**WHAT YOU NEED TO DO**: Please give back word for word the lines of the material below between the line containing "#22=IFCINDEXEDPOLYGONALFACE((1,3,7,5));" and the line containing "#28=IFCPOLYGONALFACESET(#27,$,(#21,#22,#23,#24,#25,#26),$);", inclusive.

**RECORDS SUPPLIED**:
◆ ◆ ◆ ◆ ◆ ◆ ◆

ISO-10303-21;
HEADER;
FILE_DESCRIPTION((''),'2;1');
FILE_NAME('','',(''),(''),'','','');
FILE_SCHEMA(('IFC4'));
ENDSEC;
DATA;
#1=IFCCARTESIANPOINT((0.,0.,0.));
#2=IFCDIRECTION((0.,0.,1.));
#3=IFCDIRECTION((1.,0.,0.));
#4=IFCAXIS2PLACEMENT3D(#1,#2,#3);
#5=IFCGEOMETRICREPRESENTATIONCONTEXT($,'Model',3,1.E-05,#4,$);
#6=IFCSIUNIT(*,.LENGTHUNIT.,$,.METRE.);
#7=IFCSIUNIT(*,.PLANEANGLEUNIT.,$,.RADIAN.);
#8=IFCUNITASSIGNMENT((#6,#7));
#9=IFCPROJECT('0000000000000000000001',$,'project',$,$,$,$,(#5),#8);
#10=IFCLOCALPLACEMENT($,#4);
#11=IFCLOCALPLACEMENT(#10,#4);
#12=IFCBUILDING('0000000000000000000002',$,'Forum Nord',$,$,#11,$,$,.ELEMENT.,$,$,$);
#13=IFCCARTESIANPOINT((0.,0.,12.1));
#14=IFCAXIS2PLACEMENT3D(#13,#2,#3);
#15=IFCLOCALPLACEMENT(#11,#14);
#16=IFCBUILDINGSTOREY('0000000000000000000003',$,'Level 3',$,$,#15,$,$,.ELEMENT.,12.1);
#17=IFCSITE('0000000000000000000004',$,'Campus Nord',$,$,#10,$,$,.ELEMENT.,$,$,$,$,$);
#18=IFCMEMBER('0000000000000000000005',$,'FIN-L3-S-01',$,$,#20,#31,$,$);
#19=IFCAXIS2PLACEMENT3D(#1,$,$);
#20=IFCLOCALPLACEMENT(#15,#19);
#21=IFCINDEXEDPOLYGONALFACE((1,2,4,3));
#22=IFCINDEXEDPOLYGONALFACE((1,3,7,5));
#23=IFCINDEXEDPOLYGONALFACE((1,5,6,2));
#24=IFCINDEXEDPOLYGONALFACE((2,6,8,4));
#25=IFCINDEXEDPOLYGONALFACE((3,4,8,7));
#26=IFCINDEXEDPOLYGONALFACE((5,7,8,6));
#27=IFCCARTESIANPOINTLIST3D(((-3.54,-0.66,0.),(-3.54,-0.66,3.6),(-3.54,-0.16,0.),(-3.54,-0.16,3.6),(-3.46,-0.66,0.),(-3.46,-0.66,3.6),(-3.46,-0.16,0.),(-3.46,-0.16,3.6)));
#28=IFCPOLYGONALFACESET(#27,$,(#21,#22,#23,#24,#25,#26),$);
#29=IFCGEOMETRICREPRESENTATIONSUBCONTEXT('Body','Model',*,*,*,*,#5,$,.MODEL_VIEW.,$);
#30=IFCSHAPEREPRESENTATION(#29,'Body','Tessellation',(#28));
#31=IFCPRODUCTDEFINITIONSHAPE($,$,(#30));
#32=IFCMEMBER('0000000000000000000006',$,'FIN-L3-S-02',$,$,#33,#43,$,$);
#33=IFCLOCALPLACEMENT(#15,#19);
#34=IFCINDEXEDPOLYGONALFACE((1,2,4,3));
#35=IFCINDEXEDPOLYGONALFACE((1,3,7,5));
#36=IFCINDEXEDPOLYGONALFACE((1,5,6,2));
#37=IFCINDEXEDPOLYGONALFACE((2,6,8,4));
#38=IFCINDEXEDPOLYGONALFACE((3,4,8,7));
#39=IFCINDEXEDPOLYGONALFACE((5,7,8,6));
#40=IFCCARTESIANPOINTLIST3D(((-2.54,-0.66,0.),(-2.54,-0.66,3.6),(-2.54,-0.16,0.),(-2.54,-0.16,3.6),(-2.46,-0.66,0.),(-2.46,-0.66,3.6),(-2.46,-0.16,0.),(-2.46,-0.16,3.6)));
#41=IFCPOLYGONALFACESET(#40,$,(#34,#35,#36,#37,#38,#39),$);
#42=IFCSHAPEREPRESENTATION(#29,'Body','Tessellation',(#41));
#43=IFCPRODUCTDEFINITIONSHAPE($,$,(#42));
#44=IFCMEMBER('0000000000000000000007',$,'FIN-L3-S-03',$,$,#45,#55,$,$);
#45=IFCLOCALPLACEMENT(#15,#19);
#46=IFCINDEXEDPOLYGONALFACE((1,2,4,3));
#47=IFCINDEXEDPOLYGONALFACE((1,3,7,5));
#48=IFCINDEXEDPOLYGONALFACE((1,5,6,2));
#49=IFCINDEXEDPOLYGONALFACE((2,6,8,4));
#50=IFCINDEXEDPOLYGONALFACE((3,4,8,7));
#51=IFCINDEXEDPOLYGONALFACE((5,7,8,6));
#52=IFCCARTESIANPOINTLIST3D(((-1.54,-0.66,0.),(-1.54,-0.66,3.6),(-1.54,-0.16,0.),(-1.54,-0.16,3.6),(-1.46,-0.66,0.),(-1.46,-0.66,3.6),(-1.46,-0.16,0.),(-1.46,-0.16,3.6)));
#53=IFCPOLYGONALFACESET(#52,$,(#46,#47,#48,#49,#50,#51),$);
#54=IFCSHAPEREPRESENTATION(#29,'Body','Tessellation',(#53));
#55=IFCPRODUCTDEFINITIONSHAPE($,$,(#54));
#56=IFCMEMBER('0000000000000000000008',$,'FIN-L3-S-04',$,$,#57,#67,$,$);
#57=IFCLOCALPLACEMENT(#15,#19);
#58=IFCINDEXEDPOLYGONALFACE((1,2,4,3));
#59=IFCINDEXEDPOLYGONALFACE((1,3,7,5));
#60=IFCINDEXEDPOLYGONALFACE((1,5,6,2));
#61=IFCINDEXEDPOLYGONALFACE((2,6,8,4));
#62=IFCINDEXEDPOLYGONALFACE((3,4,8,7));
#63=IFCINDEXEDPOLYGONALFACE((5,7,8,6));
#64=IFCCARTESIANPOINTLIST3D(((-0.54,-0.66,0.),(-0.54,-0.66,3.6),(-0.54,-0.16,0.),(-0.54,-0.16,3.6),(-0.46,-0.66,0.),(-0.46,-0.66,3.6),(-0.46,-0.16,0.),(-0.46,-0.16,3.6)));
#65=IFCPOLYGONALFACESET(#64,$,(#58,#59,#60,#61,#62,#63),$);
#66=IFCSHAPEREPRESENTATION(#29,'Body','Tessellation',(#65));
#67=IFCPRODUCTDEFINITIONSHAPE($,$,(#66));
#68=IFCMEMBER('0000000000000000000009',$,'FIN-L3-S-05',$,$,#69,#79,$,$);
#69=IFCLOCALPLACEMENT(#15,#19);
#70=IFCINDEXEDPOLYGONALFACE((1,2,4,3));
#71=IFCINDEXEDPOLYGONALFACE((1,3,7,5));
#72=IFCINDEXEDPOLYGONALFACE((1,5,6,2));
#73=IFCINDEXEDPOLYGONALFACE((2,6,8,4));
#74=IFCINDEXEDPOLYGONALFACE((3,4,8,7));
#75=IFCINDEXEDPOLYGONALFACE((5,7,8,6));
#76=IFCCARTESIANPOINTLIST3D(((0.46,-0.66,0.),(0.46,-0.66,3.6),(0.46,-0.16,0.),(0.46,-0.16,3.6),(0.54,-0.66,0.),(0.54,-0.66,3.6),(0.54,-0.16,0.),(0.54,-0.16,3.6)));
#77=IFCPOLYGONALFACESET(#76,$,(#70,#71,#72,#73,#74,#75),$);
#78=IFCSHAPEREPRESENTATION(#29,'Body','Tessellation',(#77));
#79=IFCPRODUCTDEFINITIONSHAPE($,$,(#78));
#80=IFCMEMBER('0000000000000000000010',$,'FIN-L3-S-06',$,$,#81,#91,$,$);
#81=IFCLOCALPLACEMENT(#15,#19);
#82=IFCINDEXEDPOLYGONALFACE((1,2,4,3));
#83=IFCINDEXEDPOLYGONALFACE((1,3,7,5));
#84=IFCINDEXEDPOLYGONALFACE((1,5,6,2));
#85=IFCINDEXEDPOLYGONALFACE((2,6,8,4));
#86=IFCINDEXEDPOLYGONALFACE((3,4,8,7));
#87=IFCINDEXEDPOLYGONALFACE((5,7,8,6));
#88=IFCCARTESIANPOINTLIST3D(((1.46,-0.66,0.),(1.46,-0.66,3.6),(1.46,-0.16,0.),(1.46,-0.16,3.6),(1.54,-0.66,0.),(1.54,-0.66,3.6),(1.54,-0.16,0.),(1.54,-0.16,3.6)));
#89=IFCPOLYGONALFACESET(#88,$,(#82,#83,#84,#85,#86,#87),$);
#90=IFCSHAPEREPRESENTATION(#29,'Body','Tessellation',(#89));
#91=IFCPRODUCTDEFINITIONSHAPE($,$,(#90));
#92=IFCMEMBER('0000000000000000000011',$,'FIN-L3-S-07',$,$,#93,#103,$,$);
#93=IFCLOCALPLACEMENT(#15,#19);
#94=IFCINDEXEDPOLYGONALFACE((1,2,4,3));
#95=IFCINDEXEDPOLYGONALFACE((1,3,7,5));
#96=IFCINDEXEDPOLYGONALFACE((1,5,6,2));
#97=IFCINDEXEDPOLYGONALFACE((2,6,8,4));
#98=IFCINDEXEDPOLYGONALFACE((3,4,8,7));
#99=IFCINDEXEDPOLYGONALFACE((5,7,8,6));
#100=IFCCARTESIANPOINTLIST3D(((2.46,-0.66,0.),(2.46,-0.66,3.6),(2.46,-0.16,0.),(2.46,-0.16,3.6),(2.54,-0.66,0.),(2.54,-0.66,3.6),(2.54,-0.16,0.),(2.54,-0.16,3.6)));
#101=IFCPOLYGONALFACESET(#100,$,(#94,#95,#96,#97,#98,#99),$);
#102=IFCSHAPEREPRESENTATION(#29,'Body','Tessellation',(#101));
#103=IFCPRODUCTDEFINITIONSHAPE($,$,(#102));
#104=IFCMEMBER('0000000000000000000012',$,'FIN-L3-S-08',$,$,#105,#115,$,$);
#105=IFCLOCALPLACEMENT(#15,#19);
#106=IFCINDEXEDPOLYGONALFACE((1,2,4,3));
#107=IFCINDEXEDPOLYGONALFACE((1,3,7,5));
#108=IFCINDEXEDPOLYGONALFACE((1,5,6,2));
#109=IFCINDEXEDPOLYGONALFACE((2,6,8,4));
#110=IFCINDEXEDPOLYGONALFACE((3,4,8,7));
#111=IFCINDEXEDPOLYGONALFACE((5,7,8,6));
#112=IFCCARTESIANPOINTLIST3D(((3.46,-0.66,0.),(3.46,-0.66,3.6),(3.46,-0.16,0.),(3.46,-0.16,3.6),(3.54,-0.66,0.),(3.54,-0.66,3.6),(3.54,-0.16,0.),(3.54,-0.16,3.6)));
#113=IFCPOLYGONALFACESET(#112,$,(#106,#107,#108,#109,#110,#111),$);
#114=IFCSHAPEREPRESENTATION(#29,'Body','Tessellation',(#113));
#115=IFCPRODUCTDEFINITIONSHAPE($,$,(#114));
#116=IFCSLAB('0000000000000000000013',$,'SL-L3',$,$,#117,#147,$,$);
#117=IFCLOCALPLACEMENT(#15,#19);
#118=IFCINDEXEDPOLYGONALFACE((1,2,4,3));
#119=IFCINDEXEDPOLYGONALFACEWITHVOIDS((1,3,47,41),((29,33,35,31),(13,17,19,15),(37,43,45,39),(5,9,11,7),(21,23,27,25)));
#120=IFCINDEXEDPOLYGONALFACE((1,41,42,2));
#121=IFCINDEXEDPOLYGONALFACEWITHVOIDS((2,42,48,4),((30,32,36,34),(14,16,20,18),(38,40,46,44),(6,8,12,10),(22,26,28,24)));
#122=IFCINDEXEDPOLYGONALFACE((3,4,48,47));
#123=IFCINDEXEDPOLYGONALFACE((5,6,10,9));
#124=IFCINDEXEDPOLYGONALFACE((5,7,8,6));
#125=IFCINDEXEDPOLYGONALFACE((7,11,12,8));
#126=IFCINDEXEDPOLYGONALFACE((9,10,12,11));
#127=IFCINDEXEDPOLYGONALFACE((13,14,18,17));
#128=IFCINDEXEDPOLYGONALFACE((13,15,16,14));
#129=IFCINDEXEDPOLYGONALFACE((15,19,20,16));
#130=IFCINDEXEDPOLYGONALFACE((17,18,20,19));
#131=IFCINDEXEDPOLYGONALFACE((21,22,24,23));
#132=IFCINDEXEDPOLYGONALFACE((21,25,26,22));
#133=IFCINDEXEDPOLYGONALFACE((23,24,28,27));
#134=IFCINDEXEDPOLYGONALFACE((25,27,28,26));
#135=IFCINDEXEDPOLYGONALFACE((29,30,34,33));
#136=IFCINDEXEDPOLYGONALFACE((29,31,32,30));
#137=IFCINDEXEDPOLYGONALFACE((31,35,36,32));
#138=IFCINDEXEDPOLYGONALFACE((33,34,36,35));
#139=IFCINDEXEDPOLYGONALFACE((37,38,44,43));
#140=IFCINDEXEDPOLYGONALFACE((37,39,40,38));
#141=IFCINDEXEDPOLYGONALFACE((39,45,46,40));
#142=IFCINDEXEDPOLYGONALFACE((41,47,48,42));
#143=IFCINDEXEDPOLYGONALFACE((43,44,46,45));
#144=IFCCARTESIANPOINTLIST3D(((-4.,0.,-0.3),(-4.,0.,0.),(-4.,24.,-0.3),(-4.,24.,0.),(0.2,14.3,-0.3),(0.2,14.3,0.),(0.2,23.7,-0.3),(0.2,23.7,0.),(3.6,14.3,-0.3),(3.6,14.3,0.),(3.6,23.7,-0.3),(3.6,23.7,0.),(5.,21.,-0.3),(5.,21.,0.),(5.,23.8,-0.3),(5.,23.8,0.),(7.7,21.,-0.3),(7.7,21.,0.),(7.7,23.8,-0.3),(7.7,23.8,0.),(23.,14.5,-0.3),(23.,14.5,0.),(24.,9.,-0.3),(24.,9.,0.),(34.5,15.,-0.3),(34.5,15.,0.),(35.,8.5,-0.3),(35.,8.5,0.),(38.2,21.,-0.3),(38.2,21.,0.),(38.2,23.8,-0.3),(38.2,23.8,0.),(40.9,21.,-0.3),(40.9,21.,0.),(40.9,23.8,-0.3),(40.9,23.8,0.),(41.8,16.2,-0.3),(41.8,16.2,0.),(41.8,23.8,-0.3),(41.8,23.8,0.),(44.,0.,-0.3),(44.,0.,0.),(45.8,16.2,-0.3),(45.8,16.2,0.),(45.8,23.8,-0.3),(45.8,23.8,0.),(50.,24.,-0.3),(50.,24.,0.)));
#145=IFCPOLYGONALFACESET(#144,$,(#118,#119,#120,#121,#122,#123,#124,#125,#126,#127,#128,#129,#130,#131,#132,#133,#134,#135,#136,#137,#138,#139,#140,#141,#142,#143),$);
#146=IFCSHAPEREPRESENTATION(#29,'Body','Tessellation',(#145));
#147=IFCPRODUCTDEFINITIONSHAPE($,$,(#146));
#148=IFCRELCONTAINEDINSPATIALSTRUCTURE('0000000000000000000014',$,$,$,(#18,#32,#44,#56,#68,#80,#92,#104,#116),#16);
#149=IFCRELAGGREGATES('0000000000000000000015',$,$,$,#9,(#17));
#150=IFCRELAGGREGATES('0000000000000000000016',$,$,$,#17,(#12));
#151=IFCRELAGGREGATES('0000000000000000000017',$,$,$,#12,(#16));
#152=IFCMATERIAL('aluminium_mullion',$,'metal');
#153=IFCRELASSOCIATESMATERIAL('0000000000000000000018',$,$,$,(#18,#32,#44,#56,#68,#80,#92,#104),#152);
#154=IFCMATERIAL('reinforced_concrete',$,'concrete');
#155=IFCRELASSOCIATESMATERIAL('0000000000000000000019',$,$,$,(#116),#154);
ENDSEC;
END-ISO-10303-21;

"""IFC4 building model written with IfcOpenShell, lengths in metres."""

from ifc_helpers import new_model, si_unit, frame, origin_with_axes, place, context, subcontext, project, spatial, polyline, outline, extrude, material, element, save


model = new_model("IFC4")

# Units and contexts
model_context = context("Model", 3, precision=1e-05, world=origin_with_axes())
body_context = subcontext(model_context, "Body", "Model", "MODEL_VIEW")
ifc_project = project(units=[si_unit("LENGTHUNIT", "METRE"), si_unit("PLANEANGLEUNIT", "RADIAN")], contexts=[model_context])

# Site, building, storey
site_placement = place(None, origin_with_axes())
site = spatial("IfcSite", under=ifc_project, at=site_placement, Name="Campus Nord", CompositionType="ELEMENT")
building_placement = place(site_placement, origin_with_axes())
building = spatial("IfcBuilding", under=site, at=building_placement, Name="Forum Nord", CompositionType="ELEMENT")
storey_placement = place(building_placement, frame((0.0, 0.0, 12.1), z_axis=(0.0, 0.0, 1.0), x_axis=(1.0, 0.0, 0.0)))
storey = spatial("IfcBuildingStorey", under=building, at=storey_placement, Name="Level 3", CompositionType="ELEMENT", Elevation=12.1)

◆ ◆ ◆ ◆ ◆ ◆ ◆

**WRITTEN ANSWER**:
#22=IFCINDEXEDPOLYGONALFACE((1,3,7,5));
#23=IFCINDEXEDPOLYGONALFACE((1,5,6,2));
#24=IFCINDEXEDPOLYGONALFACE((2,6,8,4));
#25=IFCINDEXEDPOLYGONALFACE((3,4,8,7));
#26=IFCINDEXEDPOLYGONALFACE((5,7,8,6));
#27=IFCCARTESIANPOINTLIST3D(((-3.54,-0.66,0.),(-3.54,-0.66,3.6),(-3.54,-0.16,0.),(-3.54,-0.16,3.6),(-3.46,-0.66,0.),(-3.46,-0.66,3.6),(-3.46,-0.16,0.),(-3.46,-0.16,3.6)));
#28=IFCPOLYGONALFACESET(#27,$,(#21,#22,#23,#24,#25,#26),$);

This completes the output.